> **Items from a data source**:
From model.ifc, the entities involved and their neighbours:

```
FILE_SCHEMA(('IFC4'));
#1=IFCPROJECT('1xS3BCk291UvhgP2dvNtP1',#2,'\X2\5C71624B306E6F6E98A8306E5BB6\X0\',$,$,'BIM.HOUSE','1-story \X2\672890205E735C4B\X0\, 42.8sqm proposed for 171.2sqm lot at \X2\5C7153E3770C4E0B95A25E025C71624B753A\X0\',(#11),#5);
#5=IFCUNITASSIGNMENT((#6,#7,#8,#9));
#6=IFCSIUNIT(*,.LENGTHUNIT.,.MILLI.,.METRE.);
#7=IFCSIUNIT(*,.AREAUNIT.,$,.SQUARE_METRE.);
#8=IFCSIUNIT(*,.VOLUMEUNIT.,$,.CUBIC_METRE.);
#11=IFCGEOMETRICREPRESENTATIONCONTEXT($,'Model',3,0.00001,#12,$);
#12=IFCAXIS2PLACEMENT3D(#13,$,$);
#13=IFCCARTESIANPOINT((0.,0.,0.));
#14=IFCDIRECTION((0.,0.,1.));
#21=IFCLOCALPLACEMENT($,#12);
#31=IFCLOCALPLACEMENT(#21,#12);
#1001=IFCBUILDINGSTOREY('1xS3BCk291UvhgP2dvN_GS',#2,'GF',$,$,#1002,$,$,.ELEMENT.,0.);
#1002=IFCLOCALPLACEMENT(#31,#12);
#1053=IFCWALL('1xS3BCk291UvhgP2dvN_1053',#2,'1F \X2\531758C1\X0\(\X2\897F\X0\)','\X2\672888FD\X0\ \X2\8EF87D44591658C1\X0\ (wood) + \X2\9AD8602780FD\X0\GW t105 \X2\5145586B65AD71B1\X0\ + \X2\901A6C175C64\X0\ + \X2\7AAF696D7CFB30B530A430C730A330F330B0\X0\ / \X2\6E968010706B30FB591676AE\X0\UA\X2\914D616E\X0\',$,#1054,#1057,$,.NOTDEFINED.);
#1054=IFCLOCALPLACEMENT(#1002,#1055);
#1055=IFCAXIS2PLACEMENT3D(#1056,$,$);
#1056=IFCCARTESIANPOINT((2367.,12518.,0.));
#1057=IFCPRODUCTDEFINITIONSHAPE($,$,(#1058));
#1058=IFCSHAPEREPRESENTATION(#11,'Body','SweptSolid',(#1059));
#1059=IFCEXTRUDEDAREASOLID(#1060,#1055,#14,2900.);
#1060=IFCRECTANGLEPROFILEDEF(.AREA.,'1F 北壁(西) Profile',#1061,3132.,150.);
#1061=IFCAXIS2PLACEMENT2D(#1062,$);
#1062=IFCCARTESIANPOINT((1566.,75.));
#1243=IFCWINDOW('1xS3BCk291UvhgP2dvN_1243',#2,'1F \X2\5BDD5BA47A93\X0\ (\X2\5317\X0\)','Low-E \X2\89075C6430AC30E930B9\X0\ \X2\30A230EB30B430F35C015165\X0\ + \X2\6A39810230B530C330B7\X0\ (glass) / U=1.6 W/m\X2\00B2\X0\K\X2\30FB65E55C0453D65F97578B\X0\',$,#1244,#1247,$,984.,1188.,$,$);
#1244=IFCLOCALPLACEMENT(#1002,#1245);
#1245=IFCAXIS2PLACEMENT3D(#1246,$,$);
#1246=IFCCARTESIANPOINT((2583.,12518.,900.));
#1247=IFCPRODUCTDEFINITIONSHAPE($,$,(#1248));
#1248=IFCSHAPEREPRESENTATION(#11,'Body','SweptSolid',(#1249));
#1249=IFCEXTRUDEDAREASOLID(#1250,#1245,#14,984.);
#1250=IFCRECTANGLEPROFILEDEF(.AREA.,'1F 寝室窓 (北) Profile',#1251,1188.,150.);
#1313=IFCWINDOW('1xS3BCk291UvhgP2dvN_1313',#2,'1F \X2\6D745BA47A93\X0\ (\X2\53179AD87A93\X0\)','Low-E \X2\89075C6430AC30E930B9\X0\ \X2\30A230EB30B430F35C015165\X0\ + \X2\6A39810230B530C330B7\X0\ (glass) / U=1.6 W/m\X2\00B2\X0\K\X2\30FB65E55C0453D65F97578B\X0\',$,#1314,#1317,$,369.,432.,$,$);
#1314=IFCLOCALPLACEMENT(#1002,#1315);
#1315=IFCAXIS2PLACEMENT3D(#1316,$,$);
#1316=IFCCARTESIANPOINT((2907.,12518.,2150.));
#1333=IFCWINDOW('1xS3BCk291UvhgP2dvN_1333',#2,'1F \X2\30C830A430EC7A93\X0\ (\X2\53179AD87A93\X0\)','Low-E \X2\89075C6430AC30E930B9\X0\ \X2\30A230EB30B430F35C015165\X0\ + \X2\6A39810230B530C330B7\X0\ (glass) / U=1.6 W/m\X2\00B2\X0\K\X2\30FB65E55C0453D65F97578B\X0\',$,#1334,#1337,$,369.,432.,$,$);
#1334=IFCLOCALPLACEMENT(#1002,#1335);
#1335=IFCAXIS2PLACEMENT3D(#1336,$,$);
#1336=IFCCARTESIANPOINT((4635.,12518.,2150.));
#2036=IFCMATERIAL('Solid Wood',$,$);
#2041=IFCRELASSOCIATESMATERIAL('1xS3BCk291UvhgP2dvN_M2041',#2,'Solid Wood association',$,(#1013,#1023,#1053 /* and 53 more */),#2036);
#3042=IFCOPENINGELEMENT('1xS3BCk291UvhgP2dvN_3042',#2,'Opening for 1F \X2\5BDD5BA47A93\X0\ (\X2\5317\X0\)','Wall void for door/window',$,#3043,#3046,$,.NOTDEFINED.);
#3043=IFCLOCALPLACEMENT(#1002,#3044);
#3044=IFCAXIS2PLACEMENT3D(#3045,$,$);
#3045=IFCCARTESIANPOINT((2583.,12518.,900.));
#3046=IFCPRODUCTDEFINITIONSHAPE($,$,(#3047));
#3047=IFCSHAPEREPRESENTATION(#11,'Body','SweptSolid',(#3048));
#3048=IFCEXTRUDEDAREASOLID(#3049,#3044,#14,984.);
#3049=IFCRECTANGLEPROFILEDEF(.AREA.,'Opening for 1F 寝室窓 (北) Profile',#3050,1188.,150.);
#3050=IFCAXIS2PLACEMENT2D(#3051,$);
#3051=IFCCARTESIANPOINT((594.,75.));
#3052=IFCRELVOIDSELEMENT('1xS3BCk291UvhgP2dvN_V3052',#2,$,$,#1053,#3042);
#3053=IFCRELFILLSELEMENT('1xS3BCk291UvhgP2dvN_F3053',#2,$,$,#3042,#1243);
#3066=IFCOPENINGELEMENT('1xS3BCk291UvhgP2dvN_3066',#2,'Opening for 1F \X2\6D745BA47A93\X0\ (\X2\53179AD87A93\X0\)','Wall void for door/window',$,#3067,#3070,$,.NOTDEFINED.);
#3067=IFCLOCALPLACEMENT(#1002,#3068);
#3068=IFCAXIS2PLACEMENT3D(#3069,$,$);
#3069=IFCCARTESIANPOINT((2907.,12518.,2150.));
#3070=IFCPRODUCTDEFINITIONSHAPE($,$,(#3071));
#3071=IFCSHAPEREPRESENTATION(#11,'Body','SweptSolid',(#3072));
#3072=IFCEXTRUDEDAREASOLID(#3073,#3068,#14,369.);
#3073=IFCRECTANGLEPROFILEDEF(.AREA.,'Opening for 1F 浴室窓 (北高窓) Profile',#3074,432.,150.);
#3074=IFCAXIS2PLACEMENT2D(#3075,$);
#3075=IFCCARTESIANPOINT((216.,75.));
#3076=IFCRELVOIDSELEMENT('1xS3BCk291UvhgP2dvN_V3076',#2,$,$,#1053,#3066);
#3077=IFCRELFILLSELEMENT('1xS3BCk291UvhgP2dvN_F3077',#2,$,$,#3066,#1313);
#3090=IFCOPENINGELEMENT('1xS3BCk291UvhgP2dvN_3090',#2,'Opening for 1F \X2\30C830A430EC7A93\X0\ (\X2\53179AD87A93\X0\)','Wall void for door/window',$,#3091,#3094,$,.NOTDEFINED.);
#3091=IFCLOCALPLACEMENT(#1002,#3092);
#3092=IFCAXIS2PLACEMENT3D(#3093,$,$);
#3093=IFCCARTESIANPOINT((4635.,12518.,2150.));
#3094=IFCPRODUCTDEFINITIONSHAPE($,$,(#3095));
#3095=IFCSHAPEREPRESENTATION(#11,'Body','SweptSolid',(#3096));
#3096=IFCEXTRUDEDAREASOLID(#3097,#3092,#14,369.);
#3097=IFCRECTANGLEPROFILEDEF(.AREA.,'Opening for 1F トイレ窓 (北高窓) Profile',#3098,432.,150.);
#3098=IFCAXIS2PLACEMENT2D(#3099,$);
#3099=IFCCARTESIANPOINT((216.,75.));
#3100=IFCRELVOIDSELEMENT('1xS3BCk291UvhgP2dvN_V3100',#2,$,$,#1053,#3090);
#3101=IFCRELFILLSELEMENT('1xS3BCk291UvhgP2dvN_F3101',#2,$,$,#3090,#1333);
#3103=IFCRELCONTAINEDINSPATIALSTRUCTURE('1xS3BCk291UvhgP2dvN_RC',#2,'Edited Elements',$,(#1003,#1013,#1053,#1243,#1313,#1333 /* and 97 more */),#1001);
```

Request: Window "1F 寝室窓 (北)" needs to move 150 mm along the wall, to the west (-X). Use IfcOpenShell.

```python
import ifcopenshell
import ifcopenshell.api.geometry
import ifcopenshell.util.placement

model = ifcopenshell.open("model.ifc")

window = model.by_guid("1xS3BCk291UvhgP2dvN_1243")
opening = window.FillsVoids[0].RelatingOpeningElement
wall = opening.VoidsElements[0].RelatingBuildingElement

wall_matrix = ifcopenshell.util.placement.get_local_placement(wall.ObjectPlacement)
shift = wall_matrix[:3, 0] * -150.0
before = ifcopenshell.util.placement.get_local_placement(window.ObjectPlacement)[:3, 3].copy()

# The window is not placed relative to its opening, so move both.
for product in (opening, window):
    matrix = ifcopenshell.util.placement.get_local_placement(product.ObjectPlacement)
    matrix[:3, 3] += shift
    ifcopenshell.api.geometry.edit_object_placement(model, product=product, matrix=matrix, is_si=False)

after = ifcopenshell.util.placement.get_local_placement(window.ObjectPlacement)[:3, 3]
print("window moved by", (after - before).round(3) + 0.0)

model.write("model_updated.ifc")
```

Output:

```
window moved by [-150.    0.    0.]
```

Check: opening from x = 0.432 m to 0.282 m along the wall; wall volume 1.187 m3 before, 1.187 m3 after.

> **Description of the task**: Report back each line of the entries that holds the string "IFCPRODUCTDEFINITIONSHAPE".

> **Answer space**:
#1057=IFCPRODUCTDEFINITIONSHAPE($,$,(#1058));
#1247=IFCPRODUCTDEFINITIONSHAPE($,$,(#1248));
#3046=IFCPRODUCTDEFINITIONSHAPE($,$,(#3047));
#3070=IFCPRODUCTDEFINITIONSHAPE($,$,(#3071));
#3094=IFCPRODUCTDEFINITIONSHAPE($,$,(#3095));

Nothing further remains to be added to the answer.